Quarta-feira, 5 de outubro de 2011 - 08h04
Lucas Tatuí
“No Governo Confúcio Moura se repete o que acontecia na época do Governo Cassol, quando não havia abertura para o diálogo, forçando a deflagração de greves de servidores. Com esse novo governo, o Palácio Getúlio Vargas continua de portas fechadas para os sindicalistas”. As declarações são da dirigente sindical Mirtes Feitosa, que representa os servidores do Poder Executivo do Estado de Rondônia.
A sindicalista reclama que protocolizou, há mais de um mês, pedido de audiência com o governador, e que, até o momento, não obteve nenhuma resposta. “No dia 23 de agosto protocolizei um ofício solicitando uma audiência para tratar sobre assuntos de urgência, ligados aos interesses dos servidores, mas não recebemos nenhuma resposta, demonstrando assim total falta de atenção”, frisou.

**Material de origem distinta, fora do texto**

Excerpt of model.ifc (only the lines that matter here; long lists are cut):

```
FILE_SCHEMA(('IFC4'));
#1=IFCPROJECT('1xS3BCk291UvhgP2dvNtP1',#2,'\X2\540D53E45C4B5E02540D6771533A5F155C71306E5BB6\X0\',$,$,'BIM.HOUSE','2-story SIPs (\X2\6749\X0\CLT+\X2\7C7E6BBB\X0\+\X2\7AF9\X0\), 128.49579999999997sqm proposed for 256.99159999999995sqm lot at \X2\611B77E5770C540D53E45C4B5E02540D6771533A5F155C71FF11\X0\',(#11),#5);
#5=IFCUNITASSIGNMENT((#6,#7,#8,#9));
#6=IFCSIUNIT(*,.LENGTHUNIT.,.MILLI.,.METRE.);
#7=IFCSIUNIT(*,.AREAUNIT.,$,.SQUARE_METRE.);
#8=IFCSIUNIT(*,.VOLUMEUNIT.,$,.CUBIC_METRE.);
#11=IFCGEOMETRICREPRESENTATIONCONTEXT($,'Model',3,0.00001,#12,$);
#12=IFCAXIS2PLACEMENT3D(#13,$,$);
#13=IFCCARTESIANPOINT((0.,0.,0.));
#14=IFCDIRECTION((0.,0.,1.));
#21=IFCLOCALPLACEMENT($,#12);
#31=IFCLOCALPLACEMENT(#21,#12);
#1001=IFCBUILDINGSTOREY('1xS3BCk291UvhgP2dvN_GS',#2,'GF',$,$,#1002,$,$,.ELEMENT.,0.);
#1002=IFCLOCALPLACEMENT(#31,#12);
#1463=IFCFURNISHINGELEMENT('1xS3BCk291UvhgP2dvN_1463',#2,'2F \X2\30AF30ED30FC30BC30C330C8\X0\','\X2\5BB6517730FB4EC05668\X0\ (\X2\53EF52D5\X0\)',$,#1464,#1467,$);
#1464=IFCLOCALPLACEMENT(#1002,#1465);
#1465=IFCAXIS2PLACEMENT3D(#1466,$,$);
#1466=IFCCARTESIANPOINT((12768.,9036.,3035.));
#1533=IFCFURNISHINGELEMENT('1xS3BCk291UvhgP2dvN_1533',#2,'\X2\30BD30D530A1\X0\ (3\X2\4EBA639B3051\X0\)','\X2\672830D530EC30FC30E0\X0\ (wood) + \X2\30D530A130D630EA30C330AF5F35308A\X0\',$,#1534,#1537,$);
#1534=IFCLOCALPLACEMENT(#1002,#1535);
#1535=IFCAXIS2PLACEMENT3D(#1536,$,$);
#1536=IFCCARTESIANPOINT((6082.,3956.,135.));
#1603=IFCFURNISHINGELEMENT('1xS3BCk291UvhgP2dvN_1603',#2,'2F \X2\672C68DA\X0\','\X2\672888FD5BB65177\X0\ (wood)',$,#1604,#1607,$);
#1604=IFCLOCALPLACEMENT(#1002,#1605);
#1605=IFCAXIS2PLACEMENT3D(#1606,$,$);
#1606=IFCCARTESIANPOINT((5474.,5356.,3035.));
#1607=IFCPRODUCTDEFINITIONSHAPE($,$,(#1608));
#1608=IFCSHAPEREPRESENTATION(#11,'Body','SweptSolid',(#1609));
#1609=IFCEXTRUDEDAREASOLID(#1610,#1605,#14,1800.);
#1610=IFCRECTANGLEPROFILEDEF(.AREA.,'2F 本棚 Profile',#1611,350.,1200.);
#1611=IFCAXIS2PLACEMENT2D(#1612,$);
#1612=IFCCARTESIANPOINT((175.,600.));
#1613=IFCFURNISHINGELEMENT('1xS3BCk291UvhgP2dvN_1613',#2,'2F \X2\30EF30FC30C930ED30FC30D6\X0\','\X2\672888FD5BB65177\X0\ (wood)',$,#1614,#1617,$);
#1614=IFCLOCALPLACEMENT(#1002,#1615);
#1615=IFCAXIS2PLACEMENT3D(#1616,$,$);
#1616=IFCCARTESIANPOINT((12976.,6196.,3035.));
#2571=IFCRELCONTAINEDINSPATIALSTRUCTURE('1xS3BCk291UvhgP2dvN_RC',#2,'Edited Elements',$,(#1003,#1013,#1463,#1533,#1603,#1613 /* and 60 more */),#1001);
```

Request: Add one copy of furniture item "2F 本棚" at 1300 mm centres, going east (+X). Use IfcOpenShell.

```python
import numpy as np
import ifcopenshell
import ifcopenshell.api.geometry
import ifcopenshell.api.root
import ifcopenshell.util.element
import ifcopenshell.util.placement
import ifcopenshell.util.unit

model = ifcopenshell.open("model.ifc")
unit_scale = ifcopenshell.util.unit.calculate_unit_scale(model)


def reuse_history(source, copy):
    """copy_class also copies each property set's owner history, people and application; keep the originals."""
    for rel in copy.IsDefinedBy:
        if rel.is_a("IfcRelDefinesByProperties") and (history := rel.RelatingPropertyDefinition.OwnerHistory):
            rel.RelatingPropertyDefinition.OwnerHistory = source.OwnerHistory
            ifcopenshell.util.element.remove_deep2(model, history)


source = model.by_guid("1xS3BCk291UvhgP2dvN_1603")
base = ifcopenshell.util.placement.get_local_placement(source.ObjectPlacement)
step = np.array([1.0, 0.0, 0.0]) * 1.3 / unit_scale

for i in range(1, 2):
    copy = ifcopenshell.api.root.copy_class(model, product=source)
    copy.Representation = ifcopenshell.util.element.copy_deep(
        model, source.Representation, exclude=["IfcGeometricRepresentationContext", "IfcRepresentationMap"]
    )
    reuse_history(source, copy)
    matrix = base.copy()
    matrix[:3, 3] += i * step
    print("added at", matrix[:3, 3].round(3) + 0.0)
    ifcopenshell.api.geometry.edit_object_placement(model, product=copy, matrix=matrix, is_si=False)

model.write("model-out.ifc")
```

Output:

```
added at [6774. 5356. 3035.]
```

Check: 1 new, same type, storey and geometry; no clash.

Mirtes ainda revela que na última sexta-feira, dia 29 de setembro, foi novamente ao Palácio Getúlio Vargas para uma nova tentativa de audiência com o governador. “Voltamos a protocolizar mais uma solicitação de audiência para discutir a Pauta de Reivindicações dos trabalhadores, e esperamos que nos responda dessa vez”, disse a sindicalista.

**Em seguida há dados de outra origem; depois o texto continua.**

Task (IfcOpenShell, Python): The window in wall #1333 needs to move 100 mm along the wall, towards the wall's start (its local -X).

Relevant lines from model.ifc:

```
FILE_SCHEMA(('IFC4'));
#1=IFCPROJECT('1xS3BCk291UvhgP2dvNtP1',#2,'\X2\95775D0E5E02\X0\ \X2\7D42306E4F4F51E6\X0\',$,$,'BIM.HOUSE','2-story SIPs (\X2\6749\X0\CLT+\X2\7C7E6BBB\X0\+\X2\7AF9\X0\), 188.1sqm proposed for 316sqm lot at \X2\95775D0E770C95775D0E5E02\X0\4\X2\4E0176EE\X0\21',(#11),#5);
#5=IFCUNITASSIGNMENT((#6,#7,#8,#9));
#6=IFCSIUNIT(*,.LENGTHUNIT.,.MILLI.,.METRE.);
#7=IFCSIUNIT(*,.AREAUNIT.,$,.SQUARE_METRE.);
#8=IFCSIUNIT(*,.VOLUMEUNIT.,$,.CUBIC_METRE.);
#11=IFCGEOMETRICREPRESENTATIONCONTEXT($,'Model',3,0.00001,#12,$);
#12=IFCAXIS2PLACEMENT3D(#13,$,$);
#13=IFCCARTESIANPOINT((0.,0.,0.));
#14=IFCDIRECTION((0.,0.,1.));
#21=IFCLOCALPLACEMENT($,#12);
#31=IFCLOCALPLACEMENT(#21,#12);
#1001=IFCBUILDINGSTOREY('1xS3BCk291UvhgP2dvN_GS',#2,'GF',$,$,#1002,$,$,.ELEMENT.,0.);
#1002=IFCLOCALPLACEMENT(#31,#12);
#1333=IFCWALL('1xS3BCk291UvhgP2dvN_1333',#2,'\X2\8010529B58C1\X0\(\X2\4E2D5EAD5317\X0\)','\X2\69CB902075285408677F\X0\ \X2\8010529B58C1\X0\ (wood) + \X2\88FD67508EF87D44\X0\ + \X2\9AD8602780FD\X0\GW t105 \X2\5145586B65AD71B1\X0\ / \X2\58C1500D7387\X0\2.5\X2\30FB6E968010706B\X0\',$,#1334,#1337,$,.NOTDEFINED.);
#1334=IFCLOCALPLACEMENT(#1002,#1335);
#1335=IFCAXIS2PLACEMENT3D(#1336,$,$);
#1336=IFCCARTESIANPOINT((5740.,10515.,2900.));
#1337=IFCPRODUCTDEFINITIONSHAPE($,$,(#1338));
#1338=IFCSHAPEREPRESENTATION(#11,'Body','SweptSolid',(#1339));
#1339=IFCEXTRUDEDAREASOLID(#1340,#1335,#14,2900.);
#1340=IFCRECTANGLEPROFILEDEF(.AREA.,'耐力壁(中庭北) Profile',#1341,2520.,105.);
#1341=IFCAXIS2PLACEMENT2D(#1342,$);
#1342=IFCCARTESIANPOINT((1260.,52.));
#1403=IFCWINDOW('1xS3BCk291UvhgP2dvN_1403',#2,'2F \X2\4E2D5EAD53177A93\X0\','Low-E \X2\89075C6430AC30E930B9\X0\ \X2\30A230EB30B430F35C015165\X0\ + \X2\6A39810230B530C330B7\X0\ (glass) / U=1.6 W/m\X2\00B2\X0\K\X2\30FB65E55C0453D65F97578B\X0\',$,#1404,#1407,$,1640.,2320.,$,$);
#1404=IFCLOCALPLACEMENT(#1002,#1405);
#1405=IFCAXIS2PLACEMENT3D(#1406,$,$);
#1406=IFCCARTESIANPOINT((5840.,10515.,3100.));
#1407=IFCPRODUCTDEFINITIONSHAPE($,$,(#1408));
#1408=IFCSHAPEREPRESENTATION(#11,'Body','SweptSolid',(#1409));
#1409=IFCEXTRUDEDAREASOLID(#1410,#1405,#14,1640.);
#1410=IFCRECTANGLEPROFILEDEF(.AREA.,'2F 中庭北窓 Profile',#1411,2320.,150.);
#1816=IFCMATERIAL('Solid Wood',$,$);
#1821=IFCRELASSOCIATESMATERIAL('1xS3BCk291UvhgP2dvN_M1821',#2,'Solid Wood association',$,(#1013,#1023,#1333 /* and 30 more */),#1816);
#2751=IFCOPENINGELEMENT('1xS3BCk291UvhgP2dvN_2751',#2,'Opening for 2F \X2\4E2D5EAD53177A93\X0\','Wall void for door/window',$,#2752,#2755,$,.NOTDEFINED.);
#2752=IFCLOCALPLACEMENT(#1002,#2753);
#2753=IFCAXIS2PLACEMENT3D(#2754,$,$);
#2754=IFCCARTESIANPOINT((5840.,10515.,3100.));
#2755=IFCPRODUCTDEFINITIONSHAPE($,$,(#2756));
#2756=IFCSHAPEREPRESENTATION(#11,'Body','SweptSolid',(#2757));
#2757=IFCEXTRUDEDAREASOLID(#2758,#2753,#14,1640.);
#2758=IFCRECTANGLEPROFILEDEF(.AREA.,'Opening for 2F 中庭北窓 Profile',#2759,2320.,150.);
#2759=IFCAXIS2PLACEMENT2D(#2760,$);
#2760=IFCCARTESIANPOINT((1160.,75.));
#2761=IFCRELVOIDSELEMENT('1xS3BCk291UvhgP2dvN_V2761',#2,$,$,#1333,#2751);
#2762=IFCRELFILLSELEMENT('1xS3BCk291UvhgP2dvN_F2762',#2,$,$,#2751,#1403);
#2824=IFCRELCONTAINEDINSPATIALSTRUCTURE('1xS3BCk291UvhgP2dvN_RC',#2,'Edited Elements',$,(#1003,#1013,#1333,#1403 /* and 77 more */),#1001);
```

```python
import ifcopenshell
import ifcopenshell.api.geometry
import ifcopenshell.util.placement
import ifcopenshell.util.unit

model = ifcopenshell.open("model.ifc")
unit_scale = ifcopenshell.util.unit.calculate_unit_scale(model)

window = model.by_id(1403)
opening = window.FillsVoids[0].RelatingOpeningElement
wall = opening.VoidsElements[0].RelatingBuildingElement

wall_matrix = ifcopenshell.util.placement.get_local_placement(wall.ObjectPlacement)
shift = wall_matrix[:3, 0] * -0.1 / unit_scale
before = ifcopenshell.util.placement.get_local_placement(window.ObjectPlacement)[:3, 3].copy()

# The window is not placed relative to its opening, so move both.
for product in (opening, window):
    matrix = ifcopenshell.util.placement.get_local_placement(product.ObjectPlacement)
    matrix[:3, 3] += shift
    ifcopenshell.api.geometry.edit_object_placement(model, product=product, matrix=matrix, is_si=False)

after = ifcopenshell.util.placement.get_local_placement(window.ObjectPlacement)[:3, 3]
print("window moved by", (after - before).round(3) + 0.0)

model.write("model_updated.ifc")
```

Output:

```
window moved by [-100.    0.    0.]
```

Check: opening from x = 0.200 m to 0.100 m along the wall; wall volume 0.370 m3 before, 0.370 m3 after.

“Queremos apenas um espaço na agenda do governador para discutir sobre questões como o Auxílio Saúde (levando em consideração salário e a faixa etária), como também buscar entendimento para que as Gratificações de Atividades Específicas sejam estendidas aos servidores que se encontram lotados no interior do Estado, visto que, independente da sua disposição, se encontram prestando suas atividades laborais em prol do Estado”, argumentou Mirtes Feitosa.
FALTA DE DIÁLOGO E CRISE
Os sete anos que antecederam o atual gestor estadual foram marcados pela falta de harmonia entre governo e sindicalistas. Não havendo diálogo e entendimento, os meios de conquistas recorridos, por parte dos representantes dos trabalhadores, foram as greves, atos públicos e protestos na Imprensa, na tentativa de atingir o governo e forçar uma flexibilização. Quando ocorreram vários movimentos paredistas, na educação, na saúde, na segurança, e até no setor fiscal fazendário - o que é muito raro neste setor.

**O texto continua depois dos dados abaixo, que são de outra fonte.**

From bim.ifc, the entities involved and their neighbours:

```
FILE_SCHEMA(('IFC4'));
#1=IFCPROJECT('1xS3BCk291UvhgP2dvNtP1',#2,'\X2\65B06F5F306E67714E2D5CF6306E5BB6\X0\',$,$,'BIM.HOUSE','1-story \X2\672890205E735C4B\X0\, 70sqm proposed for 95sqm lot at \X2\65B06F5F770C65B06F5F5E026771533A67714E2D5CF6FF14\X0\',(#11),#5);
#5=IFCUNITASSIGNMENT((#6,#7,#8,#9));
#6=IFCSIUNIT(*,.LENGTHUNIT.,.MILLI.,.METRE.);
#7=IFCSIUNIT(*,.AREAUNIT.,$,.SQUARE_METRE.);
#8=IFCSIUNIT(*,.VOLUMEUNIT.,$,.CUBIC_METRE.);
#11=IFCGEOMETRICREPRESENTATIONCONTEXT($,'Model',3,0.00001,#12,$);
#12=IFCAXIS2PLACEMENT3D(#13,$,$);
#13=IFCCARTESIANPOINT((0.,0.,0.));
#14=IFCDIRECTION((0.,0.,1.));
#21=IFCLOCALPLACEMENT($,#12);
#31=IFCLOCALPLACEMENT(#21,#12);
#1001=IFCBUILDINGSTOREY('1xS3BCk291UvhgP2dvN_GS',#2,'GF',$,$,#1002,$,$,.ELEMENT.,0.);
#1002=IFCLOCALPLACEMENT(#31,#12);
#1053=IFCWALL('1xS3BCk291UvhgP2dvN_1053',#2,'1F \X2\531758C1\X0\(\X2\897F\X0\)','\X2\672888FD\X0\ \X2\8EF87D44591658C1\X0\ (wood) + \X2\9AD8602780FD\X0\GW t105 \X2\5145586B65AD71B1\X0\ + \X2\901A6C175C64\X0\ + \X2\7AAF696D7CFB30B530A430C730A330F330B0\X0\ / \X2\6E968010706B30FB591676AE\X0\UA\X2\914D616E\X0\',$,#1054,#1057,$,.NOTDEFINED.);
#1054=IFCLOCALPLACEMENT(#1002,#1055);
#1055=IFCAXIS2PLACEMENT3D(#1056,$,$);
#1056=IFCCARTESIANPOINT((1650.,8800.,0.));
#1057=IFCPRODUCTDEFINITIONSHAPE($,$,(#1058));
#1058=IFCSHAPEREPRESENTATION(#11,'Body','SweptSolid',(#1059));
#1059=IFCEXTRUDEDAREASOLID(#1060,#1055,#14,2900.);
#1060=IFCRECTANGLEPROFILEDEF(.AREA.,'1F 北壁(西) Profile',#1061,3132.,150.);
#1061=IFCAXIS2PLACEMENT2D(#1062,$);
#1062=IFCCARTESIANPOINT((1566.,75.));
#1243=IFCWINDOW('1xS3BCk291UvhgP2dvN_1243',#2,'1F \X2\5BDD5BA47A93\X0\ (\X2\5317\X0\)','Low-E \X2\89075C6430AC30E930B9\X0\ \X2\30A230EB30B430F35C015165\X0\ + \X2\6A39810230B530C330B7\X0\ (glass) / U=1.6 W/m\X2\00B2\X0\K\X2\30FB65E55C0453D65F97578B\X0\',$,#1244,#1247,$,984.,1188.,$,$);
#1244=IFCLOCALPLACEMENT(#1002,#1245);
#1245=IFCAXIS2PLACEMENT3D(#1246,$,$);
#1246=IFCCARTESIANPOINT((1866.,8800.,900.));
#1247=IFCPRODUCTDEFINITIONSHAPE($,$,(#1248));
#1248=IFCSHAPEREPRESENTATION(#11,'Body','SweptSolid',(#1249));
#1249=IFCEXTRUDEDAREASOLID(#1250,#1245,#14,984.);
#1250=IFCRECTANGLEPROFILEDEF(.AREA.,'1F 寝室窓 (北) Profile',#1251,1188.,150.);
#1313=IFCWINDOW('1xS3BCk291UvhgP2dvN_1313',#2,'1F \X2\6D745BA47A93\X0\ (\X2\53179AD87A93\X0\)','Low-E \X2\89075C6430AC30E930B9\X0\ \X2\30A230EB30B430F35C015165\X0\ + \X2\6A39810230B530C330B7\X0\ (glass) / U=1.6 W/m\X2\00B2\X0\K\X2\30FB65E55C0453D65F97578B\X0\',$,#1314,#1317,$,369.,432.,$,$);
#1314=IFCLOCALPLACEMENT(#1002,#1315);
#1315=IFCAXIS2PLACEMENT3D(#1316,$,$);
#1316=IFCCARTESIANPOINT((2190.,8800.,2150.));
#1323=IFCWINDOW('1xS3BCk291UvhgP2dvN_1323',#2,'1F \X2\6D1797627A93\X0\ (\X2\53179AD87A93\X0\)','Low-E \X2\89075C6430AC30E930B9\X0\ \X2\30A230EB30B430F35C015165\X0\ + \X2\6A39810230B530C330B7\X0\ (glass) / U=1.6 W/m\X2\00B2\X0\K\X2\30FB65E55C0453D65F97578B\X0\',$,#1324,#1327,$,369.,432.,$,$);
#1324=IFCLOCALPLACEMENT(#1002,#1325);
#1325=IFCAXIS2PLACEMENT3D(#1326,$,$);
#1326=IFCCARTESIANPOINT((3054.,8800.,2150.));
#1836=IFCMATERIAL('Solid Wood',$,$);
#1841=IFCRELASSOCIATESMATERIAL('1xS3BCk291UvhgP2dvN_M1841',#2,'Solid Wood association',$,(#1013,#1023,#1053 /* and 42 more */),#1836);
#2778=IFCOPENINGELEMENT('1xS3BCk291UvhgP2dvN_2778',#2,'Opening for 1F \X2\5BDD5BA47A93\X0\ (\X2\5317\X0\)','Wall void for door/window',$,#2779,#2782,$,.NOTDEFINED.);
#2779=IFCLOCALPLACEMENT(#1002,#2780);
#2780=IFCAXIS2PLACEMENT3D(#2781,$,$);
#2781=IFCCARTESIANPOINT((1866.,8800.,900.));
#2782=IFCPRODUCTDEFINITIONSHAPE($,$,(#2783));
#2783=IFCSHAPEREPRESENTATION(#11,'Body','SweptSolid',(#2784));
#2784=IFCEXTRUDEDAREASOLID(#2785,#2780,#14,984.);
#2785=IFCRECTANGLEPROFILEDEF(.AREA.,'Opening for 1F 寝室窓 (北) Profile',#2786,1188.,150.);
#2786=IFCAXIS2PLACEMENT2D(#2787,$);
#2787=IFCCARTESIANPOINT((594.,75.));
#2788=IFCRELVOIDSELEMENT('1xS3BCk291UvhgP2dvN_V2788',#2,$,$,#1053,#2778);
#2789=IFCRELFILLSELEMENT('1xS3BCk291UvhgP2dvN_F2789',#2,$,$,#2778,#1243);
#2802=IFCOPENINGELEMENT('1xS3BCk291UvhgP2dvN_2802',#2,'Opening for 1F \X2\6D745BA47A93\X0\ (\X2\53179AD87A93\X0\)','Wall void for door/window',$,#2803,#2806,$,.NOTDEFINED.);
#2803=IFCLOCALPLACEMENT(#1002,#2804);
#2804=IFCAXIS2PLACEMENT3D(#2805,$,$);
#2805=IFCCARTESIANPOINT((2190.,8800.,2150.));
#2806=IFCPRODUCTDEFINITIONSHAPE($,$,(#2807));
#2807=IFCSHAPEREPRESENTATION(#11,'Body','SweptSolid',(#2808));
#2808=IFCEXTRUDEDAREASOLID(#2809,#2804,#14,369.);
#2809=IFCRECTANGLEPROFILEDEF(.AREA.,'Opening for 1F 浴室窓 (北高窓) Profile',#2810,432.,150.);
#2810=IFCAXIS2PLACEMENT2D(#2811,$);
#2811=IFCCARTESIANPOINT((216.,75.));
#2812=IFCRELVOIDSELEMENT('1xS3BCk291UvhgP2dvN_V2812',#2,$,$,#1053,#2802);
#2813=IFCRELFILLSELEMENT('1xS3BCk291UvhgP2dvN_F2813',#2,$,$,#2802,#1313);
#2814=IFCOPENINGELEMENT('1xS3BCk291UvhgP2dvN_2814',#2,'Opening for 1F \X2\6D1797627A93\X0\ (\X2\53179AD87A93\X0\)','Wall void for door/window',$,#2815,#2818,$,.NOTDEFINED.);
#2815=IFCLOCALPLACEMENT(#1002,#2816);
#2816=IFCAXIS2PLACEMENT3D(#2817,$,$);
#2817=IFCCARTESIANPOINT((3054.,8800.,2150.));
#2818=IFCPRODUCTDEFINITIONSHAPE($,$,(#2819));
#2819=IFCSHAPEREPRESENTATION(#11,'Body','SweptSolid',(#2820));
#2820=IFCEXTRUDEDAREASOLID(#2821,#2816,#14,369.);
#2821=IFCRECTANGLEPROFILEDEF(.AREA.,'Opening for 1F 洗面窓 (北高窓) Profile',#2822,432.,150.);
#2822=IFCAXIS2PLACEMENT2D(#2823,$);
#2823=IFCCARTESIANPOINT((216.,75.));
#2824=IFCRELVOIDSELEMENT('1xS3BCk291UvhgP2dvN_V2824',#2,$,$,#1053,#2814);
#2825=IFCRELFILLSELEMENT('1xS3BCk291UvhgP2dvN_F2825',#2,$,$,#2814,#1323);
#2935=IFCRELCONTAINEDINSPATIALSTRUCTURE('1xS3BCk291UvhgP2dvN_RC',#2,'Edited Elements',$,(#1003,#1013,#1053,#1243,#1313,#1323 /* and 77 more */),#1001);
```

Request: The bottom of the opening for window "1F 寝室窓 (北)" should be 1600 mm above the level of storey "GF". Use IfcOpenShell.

```python
import numpy as np
import ifcopenshell
import ifcopenshell.api.geometry
import ifcopenshell.geom
import ifcopenshell.util.element
import ifcopenshell.util.placement
import ifcopenshell.util.shape
import ifcopenshell.util.unit

model = ifcopenshell.open("bim.ifc")
unit_scale = ifcopenshell.util.unit.calculate_unit_scale(model)

window = model.by_guid("1xS3BCk291UvhgP2dvN_1243")
opening = window.FillsVoids[0].RelatingOpeningElement
storey = ifcopenshell.util.element.get_container(window, ifc_class="IfcBuildingStorey")
level = ifcopenshell.util.placement.get_local_placement(storey.ObjectPlacement)[2, 3]

# The opening's origin need not be at the sill, so measure its lowest point.
shape = ifcopenshell.geom.create_shape(ifcopenshell.geom.settings(), opening)
bottom = ifcopenshell.util.shape.get_shape_bottom_elevation(shape, shape.geometry) / unit_scale
dz = level + 1.6 / unit_scale - bottom

shift = np.array([0.0, 0.0, dz])
# The window is not placed relative to its opening, so move both.
for product in (opening, window):
    matrix = ifcopenshell.util.placement.get_local_placement(product.ObjectPlacement)
    matrix[:3, 3] += shift
    ifcopenshell.api.geometry.edit_object_placement(model, product=product, matrix=matrix, is_si=False)

print(f"moved by {dz * unit_scale:+.3f} m")

model.write("bim_updated.ifc")
```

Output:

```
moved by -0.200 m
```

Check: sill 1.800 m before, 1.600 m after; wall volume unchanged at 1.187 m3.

A Eleição de um governo de oposição, em 2010, revelou um anseio de mudanças na forma de gerir o Estado. Antes mesmo de tomar posse, Confúcio Moura declarou: “não terá greve durante a minha gestão”, acenando para uma relação pacífica com os sindicalistas, baseada no diálogo. Inclusive, em seu primeiro mês no Palácio Getúlio Vargas, sentou-se à mesa com representantes dos trabalhadores da educação, quando foi discutido sobre medidas a serem adotadas pelo governo do Estado, visando valorização dos servidores e melhoria da qualidade do ensino nas escolas públicas estaduais.
Ao completar um ano do Governo Confúcio, a relação com os sindicalistas sofre desgastes. Para a sindicalista Mirtes Feitosa, um dos principais motivos são os impasses na questão do PCCS (Plano de Carreira, Cargos e Salários) que vêm sendo reivindicado por várias categorias. “As tentativas de diálogo têm se esbarrado na secretária-adjunta da Sead [Secretaria de Estado da Administração] sem ao menos chegar perto do gabinete do governador”, finalizou Mirtes.